WORDNIK_URL = 'http://api.wordnik.com/v4/word.json/chair/definitions?limit=200&includeRelated=true&useCanonical=false&includeTags=false&api_key=a2a73e7b926c924fad7001ca3111acd55af2ffabf50eb4ae5'
response = requests.get(WORDNIK_URL)

In [2]:
response.headers

{'Content-Type': 'application/json; charset=utf-8', 'Wordnik-API-Version': '4.12.20', 'Connection': 'close', 'Access-Control-Allow-Headers': 'Origin, X-Atmosphere-tracking-id, X-Atmosphere-Framework, X-Cache-Date, Content-Type, X-Atmosphere-Transport, X-Remote, api_key, auth_token, *', 'Date': 'Sat, 04 Jun 2016 19:51:37 GMT', 'Access-Control-Request-Headers': 'Origin, X-Atmosphere-tracking-id, X-Atmosphere-Framework, X-Cache-Date, Content-Type, X-Atmosphere-Transport,  X-Remote, api_key, *', 'Access-Control-Allow-Methods': 'POST, GET, OPTIONS, PUT, DELETE', 'Access-Control-Allow-Origin': '*'}

In [3]:
definitions = response.json()
print(type(definitions))

<class 'list'>


In [4]:
definitions[0]['text']

'A piece of furniture consisting of a seat, legs, back, and often arms, designed to accommodate one person.'

In [5]:
for definition in definitions:
    print('+', definition['text'])

+ A piece of furniture consisting of a seat, legs, back, and often arms, designed to accommodate one person.
+ A seat of office, authority, or dignity, such as that of a bishop.
+ An office or position of authority, such as a professorship.
+ A person who holds an office or a position of authority, such as one who presides over a meeting or administers a department of instruction at a college; a chairperson.
+ The position of a player in an orchestra.
+ Slang   The electric chair.
+ A seat carried about on poles; a sedan chair.
+ Any of several devices that serve to support or secure, such as a metal block that supports and holds railroad track in position.
+ To install in a position of authority, especially as a presiding officer.
+ To preside over as chairperson:  chair a meeting. 

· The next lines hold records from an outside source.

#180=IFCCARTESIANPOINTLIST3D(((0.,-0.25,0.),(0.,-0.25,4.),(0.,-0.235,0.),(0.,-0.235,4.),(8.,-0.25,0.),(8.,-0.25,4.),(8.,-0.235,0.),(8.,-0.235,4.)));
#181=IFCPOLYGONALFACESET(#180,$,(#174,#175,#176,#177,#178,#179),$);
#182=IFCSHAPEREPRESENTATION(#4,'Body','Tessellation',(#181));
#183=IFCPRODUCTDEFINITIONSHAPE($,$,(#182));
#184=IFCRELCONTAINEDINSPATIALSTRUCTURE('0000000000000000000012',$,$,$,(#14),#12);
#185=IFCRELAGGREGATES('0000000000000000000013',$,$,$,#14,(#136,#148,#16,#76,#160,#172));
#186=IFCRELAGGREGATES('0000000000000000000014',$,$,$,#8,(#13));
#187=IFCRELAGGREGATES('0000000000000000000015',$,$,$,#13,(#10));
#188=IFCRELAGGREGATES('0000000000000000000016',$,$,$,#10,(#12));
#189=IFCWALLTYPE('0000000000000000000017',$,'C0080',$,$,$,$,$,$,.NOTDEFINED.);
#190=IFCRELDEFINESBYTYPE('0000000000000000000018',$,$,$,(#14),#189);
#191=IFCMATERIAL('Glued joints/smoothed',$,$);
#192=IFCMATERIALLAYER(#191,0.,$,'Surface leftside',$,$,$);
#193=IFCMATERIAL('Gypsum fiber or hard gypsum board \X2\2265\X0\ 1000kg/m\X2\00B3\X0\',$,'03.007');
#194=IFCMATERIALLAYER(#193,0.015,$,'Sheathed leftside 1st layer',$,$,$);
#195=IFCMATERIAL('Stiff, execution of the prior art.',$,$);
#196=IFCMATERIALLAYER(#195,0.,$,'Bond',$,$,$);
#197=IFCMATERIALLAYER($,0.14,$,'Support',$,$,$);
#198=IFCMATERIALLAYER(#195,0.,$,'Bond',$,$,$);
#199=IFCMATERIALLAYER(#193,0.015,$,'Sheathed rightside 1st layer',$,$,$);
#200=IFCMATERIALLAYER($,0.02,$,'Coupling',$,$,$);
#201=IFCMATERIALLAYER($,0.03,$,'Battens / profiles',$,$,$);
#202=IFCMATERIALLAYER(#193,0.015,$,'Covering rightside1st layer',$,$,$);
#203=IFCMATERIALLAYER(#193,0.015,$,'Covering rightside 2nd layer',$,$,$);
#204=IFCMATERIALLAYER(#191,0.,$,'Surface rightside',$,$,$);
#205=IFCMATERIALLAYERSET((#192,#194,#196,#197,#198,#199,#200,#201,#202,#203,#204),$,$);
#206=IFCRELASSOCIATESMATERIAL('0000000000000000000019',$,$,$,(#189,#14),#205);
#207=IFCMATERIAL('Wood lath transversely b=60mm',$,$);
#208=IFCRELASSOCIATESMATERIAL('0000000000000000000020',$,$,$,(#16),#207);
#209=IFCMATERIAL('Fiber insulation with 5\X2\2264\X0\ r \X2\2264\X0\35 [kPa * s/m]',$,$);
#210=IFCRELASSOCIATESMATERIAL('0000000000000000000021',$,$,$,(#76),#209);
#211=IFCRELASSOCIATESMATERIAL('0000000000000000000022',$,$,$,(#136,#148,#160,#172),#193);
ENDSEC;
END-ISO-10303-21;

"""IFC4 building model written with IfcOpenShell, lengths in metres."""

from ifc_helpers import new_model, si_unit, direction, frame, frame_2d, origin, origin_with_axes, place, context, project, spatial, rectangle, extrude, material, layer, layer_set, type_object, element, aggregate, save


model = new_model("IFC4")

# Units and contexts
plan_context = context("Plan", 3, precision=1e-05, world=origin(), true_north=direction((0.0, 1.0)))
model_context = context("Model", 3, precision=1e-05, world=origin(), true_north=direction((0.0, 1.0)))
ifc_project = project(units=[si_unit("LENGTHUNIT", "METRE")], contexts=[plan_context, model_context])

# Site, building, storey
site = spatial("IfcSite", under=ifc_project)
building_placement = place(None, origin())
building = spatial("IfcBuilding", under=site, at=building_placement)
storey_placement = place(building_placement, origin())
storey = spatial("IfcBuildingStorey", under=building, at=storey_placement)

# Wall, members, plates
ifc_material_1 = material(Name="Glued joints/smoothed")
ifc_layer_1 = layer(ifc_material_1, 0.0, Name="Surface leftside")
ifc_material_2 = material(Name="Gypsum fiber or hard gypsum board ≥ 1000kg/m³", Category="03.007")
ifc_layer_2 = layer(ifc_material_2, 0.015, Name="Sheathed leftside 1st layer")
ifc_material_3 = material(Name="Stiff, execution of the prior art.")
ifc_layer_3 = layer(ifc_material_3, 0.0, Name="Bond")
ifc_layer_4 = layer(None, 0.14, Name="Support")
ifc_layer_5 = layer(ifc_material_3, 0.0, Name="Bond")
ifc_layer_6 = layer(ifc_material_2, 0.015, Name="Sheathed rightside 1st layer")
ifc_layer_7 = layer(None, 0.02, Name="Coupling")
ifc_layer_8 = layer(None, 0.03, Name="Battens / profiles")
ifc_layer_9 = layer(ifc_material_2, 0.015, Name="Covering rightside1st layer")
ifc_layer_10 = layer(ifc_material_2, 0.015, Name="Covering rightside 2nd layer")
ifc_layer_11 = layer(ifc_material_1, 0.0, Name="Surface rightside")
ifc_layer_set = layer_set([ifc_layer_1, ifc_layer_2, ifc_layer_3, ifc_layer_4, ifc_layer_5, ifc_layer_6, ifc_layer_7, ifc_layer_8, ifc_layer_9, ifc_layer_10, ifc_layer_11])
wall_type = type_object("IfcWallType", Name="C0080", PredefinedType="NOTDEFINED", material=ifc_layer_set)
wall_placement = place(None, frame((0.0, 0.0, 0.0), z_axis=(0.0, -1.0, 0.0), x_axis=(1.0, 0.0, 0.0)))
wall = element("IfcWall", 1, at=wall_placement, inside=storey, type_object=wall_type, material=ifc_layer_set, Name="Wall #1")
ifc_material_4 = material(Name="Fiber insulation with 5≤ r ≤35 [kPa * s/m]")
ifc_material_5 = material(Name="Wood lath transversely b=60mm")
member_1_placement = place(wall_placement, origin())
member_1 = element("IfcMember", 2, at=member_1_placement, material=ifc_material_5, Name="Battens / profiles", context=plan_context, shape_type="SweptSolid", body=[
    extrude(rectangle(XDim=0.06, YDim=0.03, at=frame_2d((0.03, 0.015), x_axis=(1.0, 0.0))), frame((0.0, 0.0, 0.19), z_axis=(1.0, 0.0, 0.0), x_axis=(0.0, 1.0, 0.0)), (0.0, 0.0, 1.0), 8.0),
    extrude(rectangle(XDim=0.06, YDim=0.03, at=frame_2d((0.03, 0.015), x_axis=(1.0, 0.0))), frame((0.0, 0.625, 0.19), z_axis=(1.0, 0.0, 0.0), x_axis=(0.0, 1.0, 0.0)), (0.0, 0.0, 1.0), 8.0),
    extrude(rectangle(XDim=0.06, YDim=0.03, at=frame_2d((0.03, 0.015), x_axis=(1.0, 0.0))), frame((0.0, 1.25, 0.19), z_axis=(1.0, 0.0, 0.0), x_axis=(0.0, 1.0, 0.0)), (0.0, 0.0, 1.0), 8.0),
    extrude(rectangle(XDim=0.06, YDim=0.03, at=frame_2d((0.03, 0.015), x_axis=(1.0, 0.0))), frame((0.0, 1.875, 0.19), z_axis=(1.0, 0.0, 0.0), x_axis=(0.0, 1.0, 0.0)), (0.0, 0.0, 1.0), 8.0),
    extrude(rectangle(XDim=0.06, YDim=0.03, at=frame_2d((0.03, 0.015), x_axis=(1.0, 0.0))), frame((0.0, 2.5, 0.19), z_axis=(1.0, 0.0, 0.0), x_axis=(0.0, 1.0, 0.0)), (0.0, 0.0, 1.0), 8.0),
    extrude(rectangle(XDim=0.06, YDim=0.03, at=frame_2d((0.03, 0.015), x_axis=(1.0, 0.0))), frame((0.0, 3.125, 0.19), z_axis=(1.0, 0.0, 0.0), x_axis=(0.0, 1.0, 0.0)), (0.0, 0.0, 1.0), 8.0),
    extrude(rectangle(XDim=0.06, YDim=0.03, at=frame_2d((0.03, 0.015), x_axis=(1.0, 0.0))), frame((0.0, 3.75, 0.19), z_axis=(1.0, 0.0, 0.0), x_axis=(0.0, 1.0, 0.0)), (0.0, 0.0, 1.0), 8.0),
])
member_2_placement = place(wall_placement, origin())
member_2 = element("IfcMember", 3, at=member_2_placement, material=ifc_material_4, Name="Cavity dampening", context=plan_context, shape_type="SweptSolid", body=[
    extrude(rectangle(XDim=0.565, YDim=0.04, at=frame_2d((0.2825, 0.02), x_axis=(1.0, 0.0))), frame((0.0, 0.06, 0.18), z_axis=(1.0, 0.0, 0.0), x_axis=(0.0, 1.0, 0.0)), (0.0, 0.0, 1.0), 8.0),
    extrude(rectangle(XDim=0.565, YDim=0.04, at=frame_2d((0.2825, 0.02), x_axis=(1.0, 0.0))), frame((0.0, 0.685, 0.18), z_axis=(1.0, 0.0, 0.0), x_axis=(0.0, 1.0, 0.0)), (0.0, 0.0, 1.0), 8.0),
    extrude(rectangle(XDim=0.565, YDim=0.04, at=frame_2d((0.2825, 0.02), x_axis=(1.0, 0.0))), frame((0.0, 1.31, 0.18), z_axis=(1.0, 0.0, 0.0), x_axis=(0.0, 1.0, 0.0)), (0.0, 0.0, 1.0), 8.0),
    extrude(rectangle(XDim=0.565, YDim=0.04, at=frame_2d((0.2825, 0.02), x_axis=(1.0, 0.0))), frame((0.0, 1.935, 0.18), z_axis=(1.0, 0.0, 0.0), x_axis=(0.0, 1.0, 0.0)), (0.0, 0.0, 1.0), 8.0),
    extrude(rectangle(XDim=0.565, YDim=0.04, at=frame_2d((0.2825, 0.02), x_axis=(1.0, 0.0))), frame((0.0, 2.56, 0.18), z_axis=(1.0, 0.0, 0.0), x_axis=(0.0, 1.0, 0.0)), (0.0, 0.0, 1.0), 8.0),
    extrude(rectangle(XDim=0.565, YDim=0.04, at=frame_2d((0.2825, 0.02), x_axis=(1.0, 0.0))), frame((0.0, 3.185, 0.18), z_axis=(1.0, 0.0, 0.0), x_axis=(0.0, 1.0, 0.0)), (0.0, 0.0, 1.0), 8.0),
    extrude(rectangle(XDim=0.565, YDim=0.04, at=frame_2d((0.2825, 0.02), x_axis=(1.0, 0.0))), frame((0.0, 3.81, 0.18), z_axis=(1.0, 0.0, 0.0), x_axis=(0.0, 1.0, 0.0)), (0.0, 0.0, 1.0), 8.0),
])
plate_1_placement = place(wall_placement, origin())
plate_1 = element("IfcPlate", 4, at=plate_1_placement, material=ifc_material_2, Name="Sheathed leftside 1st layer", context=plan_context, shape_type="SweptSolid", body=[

***OkCupid:*** personal information of one user within the postal code region of 90024

In [6]:
OKC_ZIP_URL = 'https://www.okcupid.com/1/apitun/location/query?q=90024'

request = requests.get(OKC_ZIP_URL)
zipcode = request.json()
zipcode

{'lang': 'en',
 'message': 'Ahh, Los Angeles.',
 'query': '90024',
 'results': [{'city_name': 'Los Angeles',
   'country_code': 'US',
   'country_iso_code': 'US',
   'country_name': 'United States',
   'display_state': 1,
   'latitude': 34.06298,
   'locid': 4233989,
   'longitude': -118.43632,
   'metro_area': 4480,
   'nameid': 141547,
   'popularity': 32321,
   'postal_code': '90024',
   'state_code': 'CA',
   'state_name': 'California'}]}

***Google News:*** titles of the top headlines of the day

In [7]:
import requests
from bs4 import BeautifulSoup

GOOGLE_URL = 'http://news.google.com'
response = requests.get(GOOGLE_URL)

In [8]:
bs = BeautifulSoup(response.text, 'lxml')

In [9]:
print(type(bs.select('span.titletext')[0]))
first_title = (bs.select('span.titletext')[0])
print(first_title)
first_title.get_text()

<class 'bs4.element.Tag'>
<span class="titletext">The Latest: Family spokesman says Ali died of septic shock</span>


'The Latest: Family spokesman says Ali died of septic shock'

In [10]:
for title in bs.select('span.titletext')[0:15]:
    print('+', title.get_text())

+ The Latest: Family spokesman says Ali died of septic shock
+ Muhammad Ali's Hometown of Louisville Honors the Late Boxer as 'Our Inspiration'
+ 5 great Muhammad Ali pop-culture moments
+ Muhammad Ali Dies at 74: Titan of Boxing and the 20th Century
+ Live blog: Muhammad Ali dies age 74
+ Trump on black supporter: 'Look at my African-American over here'
+ Anti-Trump Voices Amplify on Internet, With Violent Results
+ AP News in Brief at 11:04 pm EDT
+ San Jose police chief defends officers accused of failing to protect Trump supporters from violence
+ Mayor Liccardo, San Jose Police Issue New Statements Regarding Violence at Donald Trump Rally
+ San Jose welcomes illegal immigrants but not Trump supporters
+ Citizen Obama: How the president is campaigning for a philosophy, not just a candidate
+ In France, are soldiers outside the Eiffel Tower and the Louvre really worth it?
+ France floods claim three more lives as massive mop-up begins
+ France Flooding Death Toll Rises to Four as Se

***Yahoo Stocks:*** Yahoo Inc. (YHOO) stock after hours trading price.<br> It begins at 4:15pm ET until 3:30pm ET the next day

In [11]:
YAHOO_STOCKS_URL = 'http://www.nasdaq.com/symbol/yhoo/after-hours'
response = requests.get(YAHOO_STOCKS_URL)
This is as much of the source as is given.